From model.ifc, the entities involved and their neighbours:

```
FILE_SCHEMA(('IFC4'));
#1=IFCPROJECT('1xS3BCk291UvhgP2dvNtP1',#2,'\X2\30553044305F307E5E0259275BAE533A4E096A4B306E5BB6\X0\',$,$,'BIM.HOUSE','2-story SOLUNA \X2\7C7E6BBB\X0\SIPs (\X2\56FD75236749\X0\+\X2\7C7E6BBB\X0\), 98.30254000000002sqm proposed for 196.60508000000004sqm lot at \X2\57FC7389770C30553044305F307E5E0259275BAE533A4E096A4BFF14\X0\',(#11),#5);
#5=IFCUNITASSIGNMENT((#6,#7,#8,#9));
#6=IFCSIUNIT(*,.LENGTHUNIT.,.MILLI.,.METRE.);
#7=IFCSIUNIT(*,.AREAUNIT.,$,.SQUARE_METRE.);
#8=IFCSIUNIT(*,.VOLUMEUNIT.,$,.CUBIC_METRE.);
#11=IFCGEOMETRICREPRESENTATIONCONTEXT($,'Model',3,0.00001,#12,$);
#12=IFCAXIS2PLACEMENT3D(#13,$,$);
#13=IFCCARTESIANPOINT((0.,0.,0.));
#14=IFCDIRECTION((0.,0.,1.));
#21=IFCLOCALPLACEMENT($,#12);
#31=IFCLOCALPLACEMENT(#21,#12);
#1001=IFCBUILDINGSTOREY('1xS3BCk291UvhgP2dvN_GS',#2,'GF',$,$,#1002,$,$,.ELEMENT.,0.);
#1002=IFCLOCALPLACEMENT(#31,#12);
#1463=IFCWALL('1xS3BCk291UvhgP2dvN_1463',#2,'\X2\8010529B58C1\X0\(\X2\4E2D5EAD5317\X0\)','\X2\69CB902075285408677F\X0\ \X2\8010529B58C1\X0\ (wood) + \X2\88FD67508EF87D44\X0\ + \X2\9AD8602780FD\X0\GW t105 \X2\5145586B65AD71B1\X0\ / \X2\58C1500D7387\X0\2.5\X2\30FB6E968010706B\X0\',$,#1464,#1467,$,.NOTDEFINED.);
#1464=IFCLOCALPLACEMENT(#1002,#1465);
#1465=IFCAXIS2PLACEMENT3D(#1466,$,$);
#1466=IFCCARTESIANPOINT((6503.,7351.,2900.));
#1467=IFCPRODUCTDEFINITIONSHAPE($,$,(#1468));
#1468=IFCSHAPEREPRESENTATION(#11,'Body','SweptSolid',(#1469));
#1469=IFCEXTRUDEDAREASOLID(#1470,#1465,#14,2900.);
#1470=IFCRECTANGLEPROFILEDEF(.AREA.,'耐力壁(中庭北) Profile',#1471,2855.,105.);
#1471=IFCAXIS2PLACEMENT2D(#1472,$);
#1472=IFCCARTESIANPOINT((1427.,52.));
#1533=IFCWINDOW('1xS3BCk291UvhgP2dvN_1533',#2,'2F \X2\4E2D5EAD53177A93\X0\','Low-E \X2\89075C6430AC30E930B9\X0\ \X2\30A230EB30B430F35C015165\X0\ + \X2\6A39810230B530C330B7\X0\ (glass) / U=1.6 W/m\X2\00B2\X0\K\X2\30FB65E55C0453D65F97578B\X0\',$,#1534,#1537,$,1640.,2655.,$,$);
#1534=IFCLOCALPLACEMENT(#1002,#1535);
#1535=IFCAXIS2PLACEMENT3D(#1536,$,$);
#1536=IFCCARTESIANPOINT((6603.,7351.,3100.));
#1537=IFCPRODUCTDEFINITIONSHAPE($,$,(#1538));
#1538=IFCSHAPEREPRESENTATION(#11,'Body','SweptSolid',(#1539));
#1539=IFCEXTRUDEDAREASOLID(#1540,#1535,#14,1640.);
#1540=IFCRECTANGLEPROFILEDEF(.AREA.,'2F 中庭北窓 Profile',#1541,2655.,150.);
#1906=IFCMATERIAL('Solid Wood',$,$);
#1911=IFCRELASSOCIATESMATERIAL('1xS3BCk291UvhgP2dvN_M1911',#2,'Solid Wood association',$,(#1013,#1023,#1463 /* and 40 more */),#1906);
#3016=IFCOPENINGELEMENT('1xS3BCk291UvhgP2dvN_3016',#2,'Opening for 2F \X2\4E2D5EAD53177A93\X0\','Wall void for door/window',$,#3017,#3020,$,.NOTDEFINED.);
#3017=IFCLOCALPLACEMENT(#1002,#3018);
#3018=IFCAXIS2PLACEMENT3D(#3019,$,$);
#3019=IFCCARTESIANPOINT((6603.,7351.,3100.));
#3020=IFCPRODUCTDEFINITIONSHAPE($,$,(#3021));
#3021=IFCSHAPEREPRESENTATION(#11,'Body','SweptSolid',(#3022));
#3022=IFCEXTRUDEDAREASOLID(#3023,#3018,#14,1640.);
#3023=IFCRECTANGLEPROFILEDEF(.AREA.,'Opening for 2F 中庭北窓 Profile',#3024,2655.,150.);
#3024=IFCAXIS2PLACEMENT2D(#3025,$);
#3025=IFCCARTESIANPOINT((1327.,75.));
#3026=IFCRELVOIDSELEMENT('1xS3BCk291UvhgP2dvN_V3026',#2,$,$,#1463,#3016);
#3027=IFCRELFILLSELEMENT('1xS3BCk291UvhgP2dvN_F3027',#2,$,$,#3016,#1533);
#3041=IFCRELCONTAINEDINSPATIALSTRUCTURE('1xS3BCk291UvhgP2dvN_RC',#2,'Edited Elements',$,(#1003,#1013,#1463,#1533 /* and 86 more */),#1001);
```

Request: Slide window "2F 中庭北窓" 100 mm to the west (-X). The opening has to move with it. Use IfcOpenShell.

```python
import ifcopenshell
import ifcopenshell.api.geometry
import ifcopenshell.util.placement

model = ifcopenshell.open("model.ifc")

window = model.by_guid("1xS3BCk291UvhgP2dvN_1533")
opening = window.FillsVoids[0].RelatingOpeningElement
wall = opening.VoidsElements[0].RelatingBuildingElement

wall_matrix = ifcopenshell.util.placement.get_local_placement(wall.ObjectPlacement)
shift = wall_matrix[:3, 0] * -100.0
before = ifcopenshell.util.placement.get_local_placement(window.ObjectPlacement)[:3, 3].copy()

# The window is not placed relative to its opening, so move both.
for product in (opening, window):
    matrix = ifcopenshell.util.placement.get_local_placement(product.ObjectPlacement)
    matrix[:3, 3] += shift
    ifcopenshell.api.geometry.edit_object_placement(model, product=product, matrix=matrix, is_si=False)

after = ifcopenshell.util.placement.get_local_placement(window.ObjectPlacement)[:3, 3]
print("window moved by", (after - before).round(3) + 0.0)

model.write("model_rev.ifc")
```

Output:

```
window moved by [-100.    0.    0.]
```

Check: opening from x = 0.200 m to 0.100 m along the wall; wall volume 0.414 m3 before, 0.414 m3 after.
:::::
- _What is needed_
Please set down the material above once more, word for word.

- _Completed task_
From model.ifc, the entities involved and their neighbours:

```
FILE_SCHEMA(('IFC4'));
#1=IFCPROJECT('1xS3BCk291UvhgP2dvNtP1',#2,'\X2\30553044305F307E5E0259275BAE533A4E096A4B306E5BB6\X0\',$,$,'BIM.HOUSE','2-story SOLUNA \X2\7C7E6BBB\X0\SIPs (\X2\56FD75236749\X0\+\X2\7C7E6BBB\X0\), 98.30254000000002sqm proposed for 196.60508000000004sqm lot at \X2\57FC7389770C30553044305F307E5E0259275BAE533A4E096A4BFF14\X0\',(#11),#5);
#5=IFCUNITASSIGNMENT((#6,#7,#8,#9));
#6=IFCSIUNIT(*,.LENGTHUNIT.,.MILLI.,.METRE.);
#7=IFCSIUNIT(*,.AREAUNIT.,$,.SQUARE_METRE.);
#8=IFCSIUNIT(*,.VOLUMEUNIT.,$,.CUBIC_METRE.);
#11=IFCGEOMETRICREPRESENTATIONCONTEXT($,'Model',3,0.00001,#12,$);
#12=IFCAXIS2PLACEMENT3D(#13,$,$);
#13=IFCCARTESIANPOINT((0.,0.,0.));
#14=IFCDIRECTION((0.,0.,1.));
#21=IFCLOCALPLACEMENT($,#12);
#31=IFCLOCALPLACEMENT(#21,#12);
#1001=IFCBUILDINGSTOREY('1xS3BCk291UvhgP2dvN_GS',#2,'GF',$,$,#1002,$,$,.ELEMENT.,0.);
#1002=IFCLOCALPLACEMENT(#31,#12);
#1463=IFCWALL('1xS3BCk291UvhgP2dvN_1463',#2,'\X2\8010529B58C1\X0\(\X2\4E2D5EAD5317\X0\)','\X2\69CB902075285408677F\X0\ \X2\8010529B58C1\X0\ (wood) + \X2\88FD67508EF87D44\X0\ + \X2\9AD8602780FD\X0\GW t105 \X2\5145586B65AD71B1\X0\ / \X2\58C1500D7387\X0\2.5\X2\30FB6E968010706B\X0\',$,#1464,#1467,$,.NOTDEFINED.);
#1464=IFCLOCALPLACEMENT(#1002,#1465);
#1465=IFCAXIS2PLACEMENT3D(#1466,$,$);
#1466=IFCCARTESIANPOINT((6503.,7351.,2900.));
#1467=IFCPRODUCTDEFINITIONSHAPE($,$,(#1468));
#1468=IFCSHAPEREPRESENTATION(#11,'Body','SweptSolid',(#1469));
#1469=IFCEXTRUDEDAREASOLID(#1470,#1465,#14,2900.);
#1470=IFCRECTANGLEPROFILEDEF(.AREA.,'耐力壁(中庭北) Profile',#1471,2855.,105.);
#1471=IFCAXIS2PLACEMENT2D(#1472,$);
#1472=IFCCARTESIANPOINT((1427.,52.));
#1533=IFCWINDOW('1xS3BCk291UvhgP2dvN_1533',#2,'2F \X2\4E2D5EAD53177A93\X0\','Low-E \X2\89075C6430AC30E930B9\X0\ \X2\30A230EB30B430F35C015165\X0\ + \X2\6A39810230B530C330B7\X0\ (glass) / U=1.6 W/m\X2\00B2\X0\K\X2\30FB65E55C0453D65F97578B\X0\',$,#1534,#1537,$,1640.,2655.,$,$);
#1534=IFCLOCALPLACEMENT(#1002,#1535);
#1535=IFCAXIS2PLACEMENT3D(#1536,$,$);
#1536=IFCCARTESIANPOINT((6603.,7351.,3100.));
#1537=IFCPRODUCTDEFINITIONSHAPE($,$,(#1538));
#1538=IFCSHAPEREPRESENTATION(#11,'Body','SweptSolid',(#1539));
#1539=IFCEXTRUDEDAREASOLID(#1540,#1535,#14,1640.);
#1540=IFCRECTANGLEPROFILEDEF(.AREA.,'2F 中庭北窓 Profile',#1541,2655.,150.);
#1906=IFCMATERIAL('Solid Wood',$,$);
#1911=IFCRELASSOCIATESMATERIAL('1xS3BCk291UvhgP2dvN_M1911',#2,'Solid Wood association',$,(#1013,#1023,#1463 /* and 40 more */),#1906);
#3016=IFCOPENINGELEMENT('1xS3BCk291UvhgP2dvN_3016',#2,'Opening for 2F \X2\4E2D5EAD53177A93\X0\','Wall void for door/window',$,#3017,#3020,$,.NOTDEFINED.);
#3017=IFCLOCALPLACEMENT(#1002,#3018);
#3018=IFCAXIS2PLACEMENT3D(#3019,$,$);
#3019=IFCCARTESIANPOINT((6603.,7351.,3100.));
#3020=IFCPRODUCTDEFINITIONSHAPE($,$,(#3021));
#3021=IFCSHAPEREPRESENTATION(#11,'Body','SweptSolid',(#3022));
#3022=IFCEXTRUDEDAREASOLID(#3023,#3018,#14,1640.);
#3023=IFCRECTANGLEPROFILEDEF(.AREA.,'Opening for 2F 中庭北窓 Profile',#3024,2655.,150.);
#3024=IFCAXIS2PLACEMENT2D(#3025,$);
#3025=IFCCARTESIANPOINT((1327.,75.));
#3026=IFCRELVOIDSELEMENT('1xS3BCk291UvhgP2dvN_V3026',#2,$,$,#1463,#3016);
#3027=IFCRELFILLSELEMENT('1xS3BCk291UvhgP2dvN_F3027',#2,$,$,#3016,#1533);
#3041=IFCRELCONTAINEDINSPATIALSTRUCTURE('1xS3BCk291UvhgP2dvN_RC',#2,'Edited Elements',$,(#1003,#1013,#1463,#1533 /* and 86 more */),#1001);
```

Request: Slide window "2F 中庭北窓" 100 mm to the west (-X). The opening has to move with it. Use IfcOpenShell.

```python
import ifcopenshell
import ifcopenshell.api.geometry
import ifcopenshell.util.placement

model = ifcopenshell.open("model.ifc")

window = model.by_guid("1xS3BCk291UvhgP2dvN_1533")
opening = window.FillsVoids[0].RelatingOpeningElement
wall = opening.VoidsElements[0].RelatingBuildingElement

wall_matrix = ifcopenshell.util.placement.get_local_placement(wall.ObjectPlacement)
shift = wall_matrix[:3, 0] * -100.0
before = ifcopenshell.util.placement.get_local_placement(window.ObjectPlacement)[:3, 3].copy()

# The window is not placed relative to its opening, so move both.
for product in (opening, window):
    matrix = ifcopenshell.util.placement.get_local_placement(product.ObjectPlacement)
    matrix[:3, 3] += shift
    ifcopenshell.api.geometry.edit_object_placement(model, product=product, matrix=matrix, is_si=False)

after = ifcopenshell.util.placement.get_local_placement(window.ObjectPlacement)[:3, 3]
print("window moved by", (after - before).round(3) + 0.0)

model.write("model_rev.ifc")
```

Output:

```
window moved by [-100.    0.    0.]
```

Check: opening from x = 0.200 m to 0.100 m along the wall; wall volume 0.414 m3 before, 0.414 m3 after.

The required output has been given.